The references for this model are:

The two-equation model (written in conservation form) is given by the following:

\frac{\partial (\rho k)}{\partial t} + \frac{\partial (\rho u_j k)}{\partial x_j} = \cal P - \beta^* \rho \omega k + \frac{\partial}{\partial x_j} \left[\left(\mu + \sigma_k \frac{\rho k}{\omega} \right)\frac{\partial k}{\partial x_j}\right]
\frac{\partial (\rho \omega)}{\partial t} + \frac{\partial (\rho u_j \omega)}{\partial x_j} = \frac{\gamma \omega}{k} \cal P - \beta \rho \omega^2 + \frac{\partial}{\partial x_j} \left[ \left( \mu + \sigma_{\omega} \frac{\rho k}{\omega} \right) \frac{\partial \omega}{\partial x_j} \right] + \frac{\rho \sigma_d}{\omega} \frac{\partial k}{\partial x_j} \frac{\partial \omega}{\partial x_j}

where

P = \tau_{ij} \frac{\partial u_i}{\partial x_j}
\tau_{ij} = \mu_t \left(2S_{ij} - \frac{2}{3} \frac{\partial u_k}{\partial x_k} \delta_{ij} \right) - \frac{2}{3} \rho k \delta_{ij}
S_{ij} = \frac{1}{2} \left( \frac{\partial u_i}{\partial x_j} + \frac{\partial u_j}{\partial x_i} \right)

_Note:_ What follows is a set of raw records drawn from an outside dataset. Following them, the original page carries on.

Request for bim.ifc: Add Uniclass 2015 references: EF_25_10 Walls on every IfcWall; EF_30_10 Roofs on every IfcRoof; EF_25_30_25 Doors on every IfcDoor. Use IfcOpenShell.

First a look at what the model holds.

```python
import ifcopenshell

model = ifcopenshell.open("bim.ifc")
print(model.schema)
print("classifications:", [c.Name for c in model.by_type("IfcClassification")])
for ifc_class in ("IfcDoor", "IfcRoof", "IfcStair", "IfcWall", "IfcWindow"):
    print(ifc_class, len(model.by_type(ifc_class)))
```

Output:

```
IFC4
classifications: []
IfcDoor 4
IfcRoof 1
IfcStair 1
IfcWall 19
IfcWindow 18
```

```python
import ifcopenshell
import ifcopenshell.api.classification

model = ifcopenshell.open("bim.ifc")

system = ifcopenshell.api.classification.add_classification(model, classification="Uniclass 2015")

codes = {
    "IfcWall": ("EF_25_10", "Walls"),
    "IfcRoof": ("EF_30_10", "Roofs"),
    "IfcDoor": ("EF_25_30_25", "Doors"),
}
for ifc_class, (code, name) in codes.items():
    products = model.by_type(ifc_class)
    ifcopenshell.api.classification.add_reference(
        model, products=products, classification=system, identification=code, name=name
    )
    print(code, len(products))

model.write("bim_updated.ifc")
```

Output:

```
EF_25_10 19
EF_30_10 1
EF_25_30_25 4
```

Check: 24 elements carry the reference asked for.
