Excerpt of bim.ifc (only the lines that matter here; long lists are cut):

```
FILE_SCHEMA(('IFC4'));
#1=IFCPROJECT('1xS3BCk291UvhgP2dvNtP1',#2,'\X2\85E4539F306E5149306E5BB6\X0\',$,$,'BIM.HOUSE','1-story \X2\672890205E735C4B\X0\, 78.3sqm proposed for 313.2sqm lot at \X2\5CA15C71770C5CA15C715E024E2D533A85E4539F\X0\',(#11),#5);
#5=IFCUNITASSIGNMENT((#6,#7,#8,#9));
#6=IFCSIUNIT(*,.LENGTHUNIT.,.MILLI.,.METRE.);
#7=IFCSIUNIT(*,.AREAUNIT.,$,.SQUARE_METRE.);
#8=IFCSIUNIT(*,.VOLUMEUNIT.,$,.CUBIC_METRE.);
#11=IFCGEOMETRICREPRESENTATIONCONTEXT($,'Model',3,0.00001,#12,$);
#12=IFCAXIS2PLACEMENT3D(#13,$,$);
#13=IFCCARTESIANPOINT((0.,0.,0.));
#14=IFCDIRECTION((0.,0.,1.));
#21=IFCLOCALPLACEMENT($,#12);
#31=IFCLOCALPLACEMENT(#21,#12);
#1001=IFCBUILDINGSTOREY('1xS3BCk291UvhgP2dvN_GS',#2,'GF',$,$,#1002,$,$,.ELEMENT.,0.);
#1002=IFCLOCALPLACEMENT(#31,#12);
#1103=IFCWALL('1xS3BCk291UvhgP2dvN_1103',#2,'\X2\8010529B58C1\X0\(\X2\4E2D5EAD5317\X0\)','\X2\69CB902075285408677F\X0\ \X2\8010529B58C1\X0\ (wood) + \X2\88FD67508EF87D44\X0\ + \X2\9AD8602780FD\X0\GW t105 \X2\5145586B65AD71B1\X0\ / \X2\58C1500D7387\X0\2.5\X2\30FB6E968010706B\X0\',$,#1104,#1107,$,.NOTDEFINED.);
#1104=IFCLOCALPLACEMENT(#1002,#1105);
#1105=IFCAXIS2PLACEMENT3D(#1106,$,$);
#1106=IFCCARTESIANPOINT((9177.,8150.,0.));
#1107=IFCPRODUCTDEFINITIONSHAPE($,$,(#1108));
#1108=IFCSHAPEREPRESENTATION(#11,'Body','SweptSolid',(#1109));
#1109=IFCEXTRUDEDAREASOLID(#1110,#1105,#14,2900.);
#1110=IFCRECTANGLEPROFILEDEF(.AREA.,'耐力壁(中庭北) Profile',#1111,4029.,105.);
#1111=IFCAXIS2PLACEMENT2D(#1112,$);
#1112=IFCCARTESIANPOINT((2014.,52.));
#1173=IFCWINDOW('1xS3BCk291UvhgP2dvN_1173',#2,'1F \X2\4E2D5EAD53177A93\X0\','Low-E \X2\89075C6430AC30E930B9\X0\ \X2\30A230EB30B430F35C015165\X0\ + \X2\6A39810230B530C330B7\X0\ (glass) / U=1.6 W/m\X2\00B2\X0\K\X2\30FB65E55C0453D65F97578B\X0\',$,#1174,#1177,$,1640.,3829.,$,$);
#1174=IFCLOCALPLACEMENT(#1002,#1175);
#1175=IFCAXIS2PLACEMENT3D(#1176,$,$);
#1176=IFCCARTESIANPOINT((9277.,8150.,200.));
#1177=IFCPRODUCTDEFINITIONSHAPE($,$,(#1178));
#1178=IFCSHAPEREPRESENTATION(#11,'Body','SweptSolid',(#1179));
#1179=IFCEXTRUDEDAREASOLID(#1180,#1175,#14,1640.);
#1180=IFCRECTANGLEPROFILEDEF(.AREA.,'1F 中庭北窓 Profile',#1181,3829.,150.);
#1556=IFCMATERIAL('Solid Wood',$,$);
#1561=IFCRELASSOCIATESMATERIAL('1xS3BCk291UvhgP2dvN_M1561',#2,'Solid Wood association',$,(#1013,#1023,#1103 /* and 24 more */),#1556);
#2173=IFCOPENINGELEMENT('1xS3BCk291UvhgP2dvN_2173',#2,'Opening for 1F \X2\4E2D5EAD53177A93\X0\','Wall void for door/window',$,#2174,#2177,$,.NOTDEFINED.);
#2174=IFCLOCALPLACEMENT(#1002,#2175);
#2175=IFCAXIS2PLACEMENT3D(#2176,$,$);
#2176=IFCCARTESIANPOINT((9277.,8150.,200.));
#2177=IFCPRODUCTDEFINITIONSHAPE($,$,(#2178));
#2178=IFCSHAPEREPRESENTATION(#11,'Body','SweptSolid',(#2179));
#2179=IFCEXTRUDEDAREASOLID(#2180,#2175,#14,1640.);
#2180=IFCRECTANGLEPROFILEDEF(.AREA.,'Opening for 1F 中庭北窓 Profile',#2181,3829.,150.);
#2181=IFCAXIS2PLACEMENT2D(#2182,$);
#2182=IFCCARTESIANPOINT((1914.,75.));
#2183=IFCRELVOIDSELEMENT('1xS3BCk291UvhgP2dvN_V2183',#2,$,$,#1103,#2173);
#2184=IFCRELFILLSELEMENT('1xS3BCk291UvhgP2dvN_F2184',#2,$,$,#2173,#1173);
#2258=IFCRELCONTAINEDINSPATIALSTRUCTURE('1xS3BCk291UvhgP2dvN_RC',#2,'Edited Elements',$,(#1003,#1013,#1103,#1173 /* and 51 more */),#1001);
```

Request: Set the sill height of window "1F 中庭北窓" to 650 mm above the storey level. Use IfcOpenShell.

```python
import numpy as np
import ifcopenshell
import ifcopenshell.api.geometry
import ifcopenshell.geom
import ifcopenshell.util.element
import ifcopenshell.util.placement
import ifcopenshell.util.shape
import ifcopenshell.util.unit

model = ifcopenshell.open("bim.ifc")
unit_scale = ifcopenshell.util.unit.calculate_unit_scale(model)

window = model.by_guid("1xS3BCk291UvhgP2dvN_1173")
opening = window.FillsVoids[0].RelatingOpeningElement
storey = ifcopenshell.util.element.get_container(window, ifc_class="IfcBuildingStorey")
level = ifcopenshell.util.placement.get_local_placement(storey.ObjectPlacement)[2, 3]

# The opening's origin need not be at the sill, so measure its lowest point.
shape = ifcopenshell.geom.create_shape(ifcopenshell.geom.settings(), opening)
bottom = ifcopenshell.util.shape.get_shape_bottom_elevation(shape, shape.geometry) / unit_scale
dz = level + 0.65 / unit_scale - bottom

shift = np.array([0.0, 0.0, dz])
# The window is not placed relative to its opening, so move both.
for product in (opening, window):
    matrix = ifcopenshell.util.placement.get_local_placement(product.ObjectPlacement)
    matrix[:3, 3] += shift
    ifcopenshell.api.geometry.edit_object_placement(model, product=product, matrix=matrix, is_si=False)

print(f"moved by {dz * unit_scale:+.3f} m")

model.write("bim_updated.ifc")
```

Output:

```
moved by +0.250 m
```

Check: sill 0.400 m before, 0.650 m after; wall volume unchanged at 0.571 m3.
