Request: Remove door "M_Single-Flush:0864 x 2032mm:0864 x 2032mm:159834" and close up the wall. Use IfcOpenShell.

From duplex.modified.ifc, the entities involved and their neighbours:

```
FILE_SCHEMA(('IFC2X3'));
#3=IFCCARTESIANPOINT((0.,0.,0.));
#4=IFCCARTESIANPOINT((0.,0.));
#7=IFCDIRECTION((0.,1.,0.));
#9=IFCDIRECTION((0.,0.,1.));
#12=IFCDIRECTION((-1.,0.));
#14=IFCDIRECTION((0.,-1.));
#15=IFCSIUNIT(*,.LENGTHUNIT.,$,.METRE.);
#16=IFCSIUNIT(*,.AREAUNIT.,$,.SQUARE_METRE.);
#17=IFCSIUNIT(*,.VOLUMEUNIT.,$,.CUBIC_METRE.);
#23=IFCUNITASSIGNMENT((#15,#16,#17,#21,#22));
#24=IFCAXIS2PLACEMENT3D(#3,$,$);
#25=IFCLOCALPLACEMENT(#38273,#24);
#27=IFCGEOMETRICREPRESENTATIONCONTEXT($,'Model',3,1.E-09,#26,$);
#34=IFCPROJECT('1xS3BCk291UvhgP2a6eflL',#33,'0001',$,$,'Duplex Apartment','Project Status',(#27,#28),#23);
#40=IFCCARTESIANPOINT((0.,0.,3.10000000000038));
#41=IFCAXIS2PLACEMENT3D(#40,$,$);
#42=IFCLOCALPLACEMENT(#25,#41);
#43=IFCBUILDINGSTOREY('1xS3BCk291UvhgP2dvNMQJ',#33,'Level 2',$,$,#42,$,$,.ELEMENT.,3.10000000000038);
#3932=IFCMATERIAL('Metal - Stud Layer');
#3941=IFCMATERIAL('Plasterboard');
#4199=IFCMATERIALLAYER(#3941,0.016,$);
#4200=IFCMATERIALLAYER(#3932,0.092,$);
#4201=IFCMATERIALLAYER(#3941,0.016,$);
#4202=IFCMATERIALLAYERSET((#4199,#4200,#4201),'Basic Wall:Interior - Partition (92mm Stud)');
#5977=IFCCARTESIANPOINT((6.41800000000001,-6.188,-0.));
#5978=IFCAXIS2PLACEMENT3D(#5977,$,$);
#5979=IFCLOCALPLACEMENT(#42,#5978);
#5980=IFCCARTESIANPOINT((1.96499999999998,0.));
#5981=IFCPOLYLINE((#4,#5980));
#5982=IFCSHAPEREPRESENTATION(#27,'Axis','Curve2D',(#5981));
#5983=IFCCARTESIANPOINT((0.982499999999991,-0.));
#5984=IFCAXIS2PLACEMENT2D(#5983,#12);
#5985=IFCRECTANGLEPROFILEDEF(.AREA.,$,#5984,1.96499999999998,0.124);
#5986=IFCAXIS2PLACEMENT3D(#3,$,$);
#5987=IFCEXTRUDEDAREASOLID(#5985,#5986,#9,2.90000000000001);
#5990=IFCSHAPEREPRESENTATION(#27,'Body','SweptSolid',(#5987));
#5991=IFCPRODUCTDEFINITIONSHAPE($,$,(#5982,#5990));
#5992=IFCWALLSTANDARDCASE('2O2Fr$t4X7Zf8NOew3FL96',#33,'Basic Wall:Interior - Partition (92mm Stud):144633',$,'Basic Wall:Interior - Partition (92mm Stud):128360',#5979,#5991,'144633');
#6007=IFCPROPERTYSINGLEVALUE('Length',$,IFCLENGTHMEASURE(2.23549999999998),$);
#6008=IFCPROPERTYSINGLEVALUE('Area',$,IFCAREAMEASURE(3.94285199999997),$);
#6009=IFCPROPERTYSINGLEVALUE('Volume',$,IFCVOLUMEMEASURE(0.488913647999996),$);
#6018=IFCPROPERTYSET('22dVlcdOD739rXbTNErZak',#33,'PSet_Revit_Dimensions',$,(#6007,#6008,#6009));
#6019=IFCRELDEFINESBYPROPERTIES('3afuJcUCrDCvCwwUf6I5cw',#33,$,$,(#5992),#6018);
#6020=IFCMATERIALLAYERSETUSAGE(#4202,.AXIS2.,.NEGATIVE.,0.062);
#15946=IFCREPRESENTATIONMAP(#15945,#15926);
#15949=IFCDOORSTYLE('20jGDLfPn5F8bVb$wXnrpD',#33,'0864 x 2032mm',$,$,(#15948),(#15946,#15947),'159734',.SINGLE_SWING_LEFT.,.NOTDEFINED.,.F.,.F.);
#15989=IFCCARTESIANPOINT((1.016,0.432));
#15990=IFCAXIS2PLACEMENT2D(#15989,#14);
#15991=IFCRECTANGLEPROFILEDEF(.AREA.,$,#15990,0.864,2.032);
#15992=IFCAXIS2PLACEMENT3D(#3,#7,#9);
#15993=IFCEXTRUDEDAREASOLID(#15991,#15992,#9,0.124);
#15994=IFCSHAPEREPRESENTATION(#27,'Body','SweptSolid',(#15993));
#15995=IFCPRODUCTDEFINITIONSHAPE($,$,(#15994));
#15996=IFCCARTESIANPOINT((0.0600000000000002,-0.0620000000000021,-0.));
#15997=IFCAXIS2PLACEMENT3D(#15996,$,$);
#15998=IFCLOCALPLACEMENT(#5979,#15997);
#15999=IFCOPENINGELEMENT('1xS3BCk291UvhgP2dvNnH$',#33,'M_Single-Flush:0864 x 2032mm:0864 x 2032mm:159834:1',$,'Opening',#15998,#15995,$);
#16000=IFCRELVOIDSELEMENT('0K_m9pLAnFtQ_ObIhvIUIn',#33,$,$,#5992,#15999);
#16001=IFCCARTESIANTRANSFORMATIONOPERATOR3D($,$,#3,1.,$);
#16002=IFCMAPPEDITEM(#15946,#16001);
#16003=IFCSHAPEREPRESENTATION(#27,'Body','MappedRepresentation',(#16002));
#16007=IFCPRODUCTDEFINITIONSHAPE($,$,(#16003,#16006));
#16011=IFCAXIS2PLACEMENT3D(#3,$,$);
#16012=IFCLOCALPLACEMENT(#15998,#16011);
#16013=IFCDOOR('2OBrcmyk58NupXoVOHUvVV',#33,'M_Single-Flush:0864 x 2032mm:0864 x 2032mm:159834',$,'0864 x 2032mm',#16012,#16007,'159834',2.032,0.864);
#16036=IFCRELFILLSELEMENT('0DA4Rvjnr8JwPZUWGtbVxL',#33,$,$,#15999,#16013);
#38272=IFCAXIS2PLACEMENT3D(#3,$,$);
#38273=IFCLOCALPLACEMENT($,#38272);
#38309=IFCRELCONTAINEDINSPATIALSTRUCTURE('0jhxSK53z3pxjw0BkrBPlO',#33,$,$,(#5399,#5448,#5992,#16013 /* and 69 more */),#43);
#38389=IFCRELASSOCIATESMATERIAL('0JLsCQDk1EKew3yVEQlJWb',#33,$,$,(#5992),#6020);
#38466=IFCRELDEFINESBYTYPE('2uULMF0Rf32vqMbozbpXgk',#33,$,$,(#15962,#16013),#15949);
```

```python
import ifcopenshell
import ifcopenshell.api.feature
import ifcopenshell.api.pset
import ifcopenshell.api.root
import ifcopenshell.geom
import ifcopenshell.util.element
import ifcopenshell.util.shape
import ifcopenshell.util.unit

model = ifcopenshell.open("duplex.modified.ifc")
area_scale = ifcopenshell.util.unit.calculate_unit_scale(model, "AREAUNIT")
volume_scale = ifcopenshell.util.unit.calculate_unit_scale(model, "VOLUMEUNIT")
settings = ifcopenshell.geom.settings()


def volume(element):
    """Net volume in cubic metres, openings subtracted."""
    shape = ifcopenshell.geom.create_shape(settings, element)
    return ifcopenshell.util.shape.get_volume(shape.geometry)


door = model.by_guid("2OBrcmyk58NupXoVOHUvVV")
opening = door.FillsVoids[0].RelatingOpeningElement
wall = opening.VoidsElements[0].RelatingBuildingElement
before = volume(wall)

ifcopenshell.api.root.remove_product(model, product=door)
ifcopenshell.api.feature.remove_feature(model, feature=opening)

after = volume(wall)
thickness = 0.124  # wall thickness in metres

# Update the wall's stored quantities.
pset = model.by_id(ifcopenshell.util.element.get_pset(wall, "PSet_Revit_Dimensions", should_inherit=False)["id"])
ifcopenshell.api.pset.edit_pset(model, pset=pset, properties={
    "Area": model.create_entity("IfcAreaMeasure", after / thickness / area_scale),
    "Volume": model.create_entity("IfcVolumeMeasure", after / volume_scale),
})

print(f"wall volume {before:.3f} -> {after:.3f} m3")

model.write("duplex.modified_edited.ifc")
```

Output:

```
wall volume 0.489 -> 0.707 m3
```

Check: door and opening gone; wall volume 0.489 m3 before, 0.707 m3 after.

and the turbulent eddy viscosity is computed from:

\mu_t = \frac{\rho k}{\hat \omega}

where:

\hat \omega = {\rm max} \left[ \omega, C_{lim} \sqrt{\frac{2 \overline S_{ij} \overline S_{ij}}{\beta^*}} \right]
\overline S_{ij} = S_{ij} - \frac{1}{3} \frac{\partial u_k}{\partial x_k} \delta_{ij}

and \rho is the density and \mu is the molecular dynamic viscosity.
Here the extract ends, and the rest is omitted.